The paper on "Contagion of Typhus Fever and Contagion generally," opens thus :

"The true essential contagions, which, under a gaseous or aerial form, act of themselves independent of, and unaided by, the circumstances of climate, atmosphere, locality, quantity, and accumulation,-do not amount to more than five or six, and may all be comprehended under that class, of which it is the distinguishing characteristic, to occur only once, generally speaking, during the lifetime of an individual; with the exception always of those infections that can only be communicated by inoculation, or the actual contact of matter.
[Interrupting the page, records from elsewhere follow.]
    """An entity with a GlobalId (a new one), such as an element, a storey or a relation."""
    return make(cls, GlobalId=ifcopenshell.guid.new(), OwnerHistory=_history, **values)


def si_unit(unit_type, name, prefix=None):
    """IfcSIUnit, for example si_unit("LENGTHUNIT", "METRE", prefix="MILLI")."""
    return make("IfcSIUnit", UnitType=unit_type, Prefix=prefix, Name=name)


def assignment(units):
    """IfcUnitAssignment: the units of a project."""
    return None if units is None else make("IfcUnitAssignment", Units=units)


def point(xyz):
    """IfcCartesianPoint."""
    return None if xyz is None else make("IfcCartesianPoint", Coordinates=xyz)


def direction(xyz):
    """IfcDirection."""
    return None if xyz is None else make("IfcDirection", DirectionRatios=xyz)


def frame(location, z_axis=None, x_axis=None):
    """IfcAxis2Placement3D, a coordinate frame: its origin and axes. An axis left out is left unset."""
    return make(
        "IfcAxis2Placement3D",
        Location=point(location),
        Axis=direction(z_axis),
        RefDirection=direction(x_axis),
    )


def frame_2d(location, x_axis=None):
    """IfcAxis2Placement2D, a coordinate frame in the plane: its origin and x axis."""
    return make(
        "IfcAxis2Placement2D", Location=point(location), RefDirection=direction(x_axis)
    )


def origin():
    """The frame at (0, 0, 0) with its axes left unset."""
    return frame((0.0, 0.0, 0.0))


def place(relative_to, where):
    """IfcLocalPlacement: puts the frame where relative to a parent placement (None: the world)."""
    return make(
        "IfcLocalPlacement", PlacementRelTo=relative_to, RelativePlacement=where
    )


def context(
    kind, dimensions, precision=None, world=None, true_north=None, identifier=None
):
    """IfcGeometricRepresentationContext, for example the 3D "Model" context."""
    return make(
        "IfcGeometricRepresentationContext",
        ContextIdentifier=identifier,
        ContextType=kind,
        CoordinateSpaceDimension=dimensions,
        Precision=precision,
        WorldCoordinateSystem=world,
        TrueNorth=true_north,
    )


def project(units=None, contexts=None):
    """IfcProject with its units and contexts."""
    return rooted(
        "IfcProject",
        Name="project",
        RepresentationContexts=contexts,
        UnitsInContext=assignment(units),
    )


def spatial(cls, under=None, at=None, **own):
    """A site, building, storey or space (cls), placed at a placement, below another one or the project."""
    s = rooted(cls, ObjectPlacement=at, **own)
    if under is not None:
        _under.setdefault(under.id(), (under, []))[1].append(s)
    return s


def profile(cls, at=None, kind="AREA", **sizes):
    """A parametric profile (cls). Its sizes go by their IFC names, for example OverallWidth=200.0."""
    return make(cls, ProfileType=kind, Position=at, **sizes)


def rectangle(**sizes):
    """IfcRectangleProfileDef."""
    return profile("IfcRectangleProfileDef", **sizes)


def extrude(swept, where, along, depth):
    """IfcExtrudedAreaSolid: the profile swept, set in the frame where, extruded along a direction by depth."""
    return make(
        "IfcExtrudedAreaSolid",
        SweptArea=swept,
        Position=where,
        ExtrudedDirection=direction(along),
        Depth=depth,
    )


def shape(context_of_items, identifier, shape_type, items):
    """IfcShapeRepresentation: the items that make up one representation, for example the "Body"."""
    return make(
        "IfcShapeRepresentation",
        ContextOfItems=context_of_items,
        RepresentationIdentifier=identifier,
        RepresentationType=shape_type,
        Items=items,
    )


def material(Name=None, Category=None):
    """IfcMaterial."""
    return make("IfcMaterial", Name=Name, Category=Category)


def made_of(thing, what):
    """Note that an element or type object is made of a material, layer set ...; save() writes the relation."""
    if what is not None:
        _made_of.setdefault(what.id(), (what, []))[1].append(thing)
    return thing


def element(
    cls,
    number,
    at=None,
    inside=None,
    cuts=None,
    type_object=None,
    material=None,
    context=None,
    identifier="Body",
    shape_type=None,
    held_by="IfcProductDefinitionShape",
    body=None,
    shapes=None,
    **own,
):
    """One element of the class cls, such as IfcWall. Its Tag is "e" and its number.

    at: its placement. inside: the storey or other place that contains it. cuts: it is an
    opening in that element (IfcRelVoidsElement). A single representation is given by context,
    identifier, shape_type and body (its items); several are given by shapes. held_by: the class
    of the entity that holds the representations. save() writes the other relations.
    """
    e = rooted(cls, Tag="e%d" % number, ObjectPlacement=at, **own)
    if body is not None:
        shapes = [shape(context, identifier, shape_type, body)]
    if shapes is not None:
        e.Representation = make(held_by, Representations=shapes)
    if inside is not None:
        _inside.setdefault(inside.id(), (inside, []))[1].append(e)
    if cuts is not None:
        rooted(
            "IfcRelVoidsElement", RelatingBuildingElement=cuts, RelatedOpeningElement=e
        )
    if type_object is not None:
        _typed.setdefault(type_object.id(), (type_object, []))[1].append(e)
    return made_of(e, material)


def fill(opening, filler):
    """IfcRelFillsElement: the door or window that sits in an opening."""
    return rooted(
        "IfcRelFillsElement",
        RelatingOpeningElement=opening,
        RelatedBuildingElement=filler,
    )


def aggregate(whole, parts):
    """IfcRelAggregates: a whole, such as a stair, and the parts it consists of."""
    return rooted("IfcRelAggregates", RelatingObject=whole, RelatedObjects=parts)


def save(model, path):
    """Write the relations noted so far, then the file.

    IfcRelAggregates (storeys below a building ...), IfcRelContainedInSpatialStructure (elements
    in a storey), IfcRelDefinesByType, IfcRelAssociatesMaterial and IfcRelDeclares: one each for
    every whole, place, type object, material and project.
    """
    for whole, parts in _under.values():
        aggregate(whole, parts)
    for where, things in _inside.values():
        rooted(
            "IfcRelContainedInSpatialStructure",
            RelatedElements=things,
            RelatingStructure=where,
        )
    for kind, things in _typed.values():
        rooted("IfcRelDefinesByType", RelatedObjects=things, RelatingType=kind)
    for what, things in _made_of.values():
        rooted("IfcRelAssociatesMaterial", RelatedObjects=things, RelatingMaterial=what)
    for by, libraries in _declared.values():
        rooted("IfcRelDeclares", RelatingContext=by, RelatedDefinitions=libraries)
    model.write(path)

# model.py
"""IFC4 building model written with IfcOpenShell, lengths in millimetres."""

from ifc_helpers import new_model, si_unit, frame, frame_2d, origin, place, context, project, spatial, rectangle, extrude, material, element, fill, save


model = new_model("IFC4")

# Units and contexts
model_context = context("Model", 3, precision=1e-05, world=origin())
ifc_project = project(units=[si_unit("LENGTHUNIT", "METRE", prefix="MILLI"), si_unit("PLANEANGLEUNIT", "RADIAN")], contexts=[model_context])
I am far, however, from pretending to say that contagion is limited to so confined a range; for the whole class of pyrexia, under every shape and form in which they can be presented to us, including even those of erysipelas and ophthalmia, can be made infectious diseases, through an undue accumulation of human exhalations, and defective medical police, constituting at these times, and under these circumstances, an undoubted well-marked atmospherical contagion of locality,—but of locality alone.

"From the first of this enumeration I have no hesitation to strike out typhus fever, and class it amongst the latter." P. 162.
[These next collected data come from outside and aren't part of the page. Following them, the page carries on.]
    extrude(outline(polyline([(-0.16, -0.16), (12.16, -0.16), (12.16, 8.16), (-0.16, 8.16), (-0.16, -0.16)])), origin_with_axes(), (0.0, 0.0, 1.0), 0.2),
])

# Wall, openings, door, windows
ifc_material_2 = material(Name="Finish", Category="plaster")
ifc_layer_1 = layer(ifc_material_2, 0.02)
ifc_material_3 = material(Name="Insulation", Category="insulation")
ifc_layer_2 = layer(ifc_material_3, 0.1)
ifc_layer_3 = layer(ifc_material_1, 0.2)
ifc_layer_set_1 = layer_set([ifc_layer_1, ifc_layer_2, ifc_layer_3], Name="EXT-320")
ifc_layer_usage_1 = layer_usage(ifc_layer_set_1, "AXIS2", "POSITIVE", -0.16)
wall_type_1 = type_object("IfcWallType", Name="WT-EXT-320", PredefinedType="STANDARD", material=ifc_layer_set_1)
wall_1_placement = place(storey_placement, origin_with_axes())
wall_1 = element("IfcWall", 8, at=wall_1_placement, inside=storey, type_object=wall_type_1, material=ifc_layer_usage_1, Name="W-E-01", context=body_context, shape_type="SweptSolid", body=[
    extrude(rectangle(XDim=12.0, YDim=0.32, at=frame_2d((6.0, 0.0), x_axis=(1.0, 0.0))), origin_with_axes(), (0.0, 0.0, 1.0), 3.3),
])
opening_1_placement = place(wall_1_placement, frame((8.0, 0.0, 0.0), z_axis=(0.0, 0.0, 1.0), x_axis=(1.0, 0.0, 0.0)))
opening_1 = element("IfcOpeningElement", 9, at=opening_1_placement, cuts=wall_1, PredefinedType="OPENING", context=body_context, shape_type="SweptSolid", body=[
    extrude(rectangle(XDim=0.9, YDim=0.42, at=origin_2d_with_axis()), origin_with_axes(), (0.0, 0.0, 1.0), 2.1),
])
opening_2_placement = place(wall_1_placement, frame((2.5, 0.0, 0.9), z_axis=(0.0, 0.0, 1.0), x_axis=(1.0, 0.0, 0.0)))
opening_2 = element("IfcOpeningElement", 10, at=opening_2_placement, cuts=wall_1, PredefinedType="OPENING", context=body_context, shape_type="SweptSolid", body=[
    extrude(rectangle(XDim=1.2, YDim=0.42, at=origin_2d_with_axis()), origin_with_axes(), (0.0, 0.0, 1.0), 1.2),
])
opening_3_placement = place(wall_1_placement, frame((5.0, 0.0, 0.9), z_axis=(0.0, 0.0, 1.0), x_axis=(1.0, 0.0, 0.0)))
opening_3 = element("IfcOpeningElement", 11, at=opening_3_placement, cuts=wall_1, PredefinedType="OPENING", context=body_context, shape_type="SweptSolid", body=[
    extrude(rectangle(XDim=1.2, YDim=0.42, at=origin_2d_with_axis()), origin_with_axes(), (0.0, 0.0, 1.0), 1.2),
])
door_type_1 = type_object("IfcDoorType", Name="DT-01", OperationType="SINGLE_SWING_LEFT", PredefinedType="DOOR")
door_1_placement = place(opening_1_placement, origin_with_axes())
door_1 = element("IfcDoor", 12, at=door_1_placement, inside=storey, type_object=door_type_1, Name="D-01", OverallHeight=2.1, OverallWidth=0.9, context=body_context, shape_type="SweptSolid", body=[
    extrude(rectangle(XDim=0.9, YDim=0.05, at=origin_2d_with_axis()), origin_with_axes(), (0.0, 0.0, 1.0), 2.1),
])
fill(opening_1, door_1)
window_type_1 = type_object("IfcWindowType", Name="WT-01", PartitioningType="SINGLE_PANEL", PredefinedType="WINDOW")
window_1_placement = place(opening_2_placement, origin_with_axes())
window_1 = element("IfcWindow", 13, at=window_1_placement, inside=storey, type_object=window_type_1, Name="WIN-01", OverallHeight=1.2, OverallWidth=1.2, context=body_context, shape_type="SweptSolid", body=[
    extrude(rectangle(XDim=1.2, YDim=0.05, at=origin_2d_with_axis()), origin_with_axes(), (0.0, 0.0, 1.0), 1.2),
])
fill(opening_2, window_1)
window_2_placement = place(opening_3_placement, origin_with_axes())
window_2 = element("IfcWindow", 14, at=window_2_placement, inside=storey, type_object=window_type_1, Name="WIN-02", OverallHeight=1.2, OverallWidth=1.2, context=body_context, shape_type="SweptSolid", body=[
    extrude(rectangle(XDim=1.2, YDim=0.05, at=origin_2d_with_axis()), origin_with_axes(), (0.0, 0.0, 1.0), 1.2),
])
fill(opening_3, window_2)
Typhus fever may be truly called an endemic of the British Isles. It seems to spring up spontaneously with each revolving season, under the operation of "moist cold, when applied to the destitute under circumstances of moral and physical depression." Extremes of temperature appear to resist its development; for it is but little known in tropical regions, except under circumstances of most defective medical police-even the Plague stops at the tropic of Cancer ;—and it is equally rare in very high latitudes. Dr. F. is of opinion that the practice among the Russian peasants of heating their close, and anything but cleanly, habitations so much by the constant use of a stove night and day, as well as of so frequently making use of vapour baths, has unquestionably a salutary effect in counteracting the development of typhus. Besides the endemical cause alluded to, this fever is apt to arise from the mere accumulation of the effluvia arising from the human body, whenever masses of people are crowded together in a narrow space, while cleanliness and due ventilation are at the same time neglected. Hence the frequent prevalence of the disease in prisons, illconstructed hospitals, on board certain ships, &c.: and hence, too, the not uncommon circumstance of its becoming superadded to, and, as it were,

engrafted upon other maladies-such as the various forms of remittent fever, dysentery or diarrhoea, influenza, &c.—if the patients be unfavourably situated or improperly treated. Dr. Fergusson expresses the sentiments of a very large proportion of his professional brethren, when he says: "Diseases, which in their origin are beyond all doubt non-contagious, may temporarily acquire that property from generating a contagious atmo. sphere amid multitudes of the sick, and high concentration of what was the original cause during the progress of an epidemic."

That the contamination of the air with human effluvia will give rise to a truly infectious miasm, is abundantly proved by the history of Hospital gangrene or Contagious ulcer.

"This ulcer is precisely a local form of typhus fever,—a visible incarnation, if I may use the term, of the typhoid poison. It never occurs but under the most distressful crowding of sick and wounded; and it is then so highly contagious, that all other ulcers, or even abrasions of the skin, however healthy before, are speedily involved in its destructive course; and so highly does it impregnate the surrounding atmosphere with its contagion, that it is not even safe to bleed a patient in the same ward where it lies. You may look in vain for its origin under any circumstances in our hospitals, but those just enumerated, as being capable of inducing typhus fever upon the sound healthy inmates; but in the wounded, where the poison finds a nidus and a vent, instead of affecting the constitution generally, it commits its hideous ravages upon the wounded limb.”* P. 164.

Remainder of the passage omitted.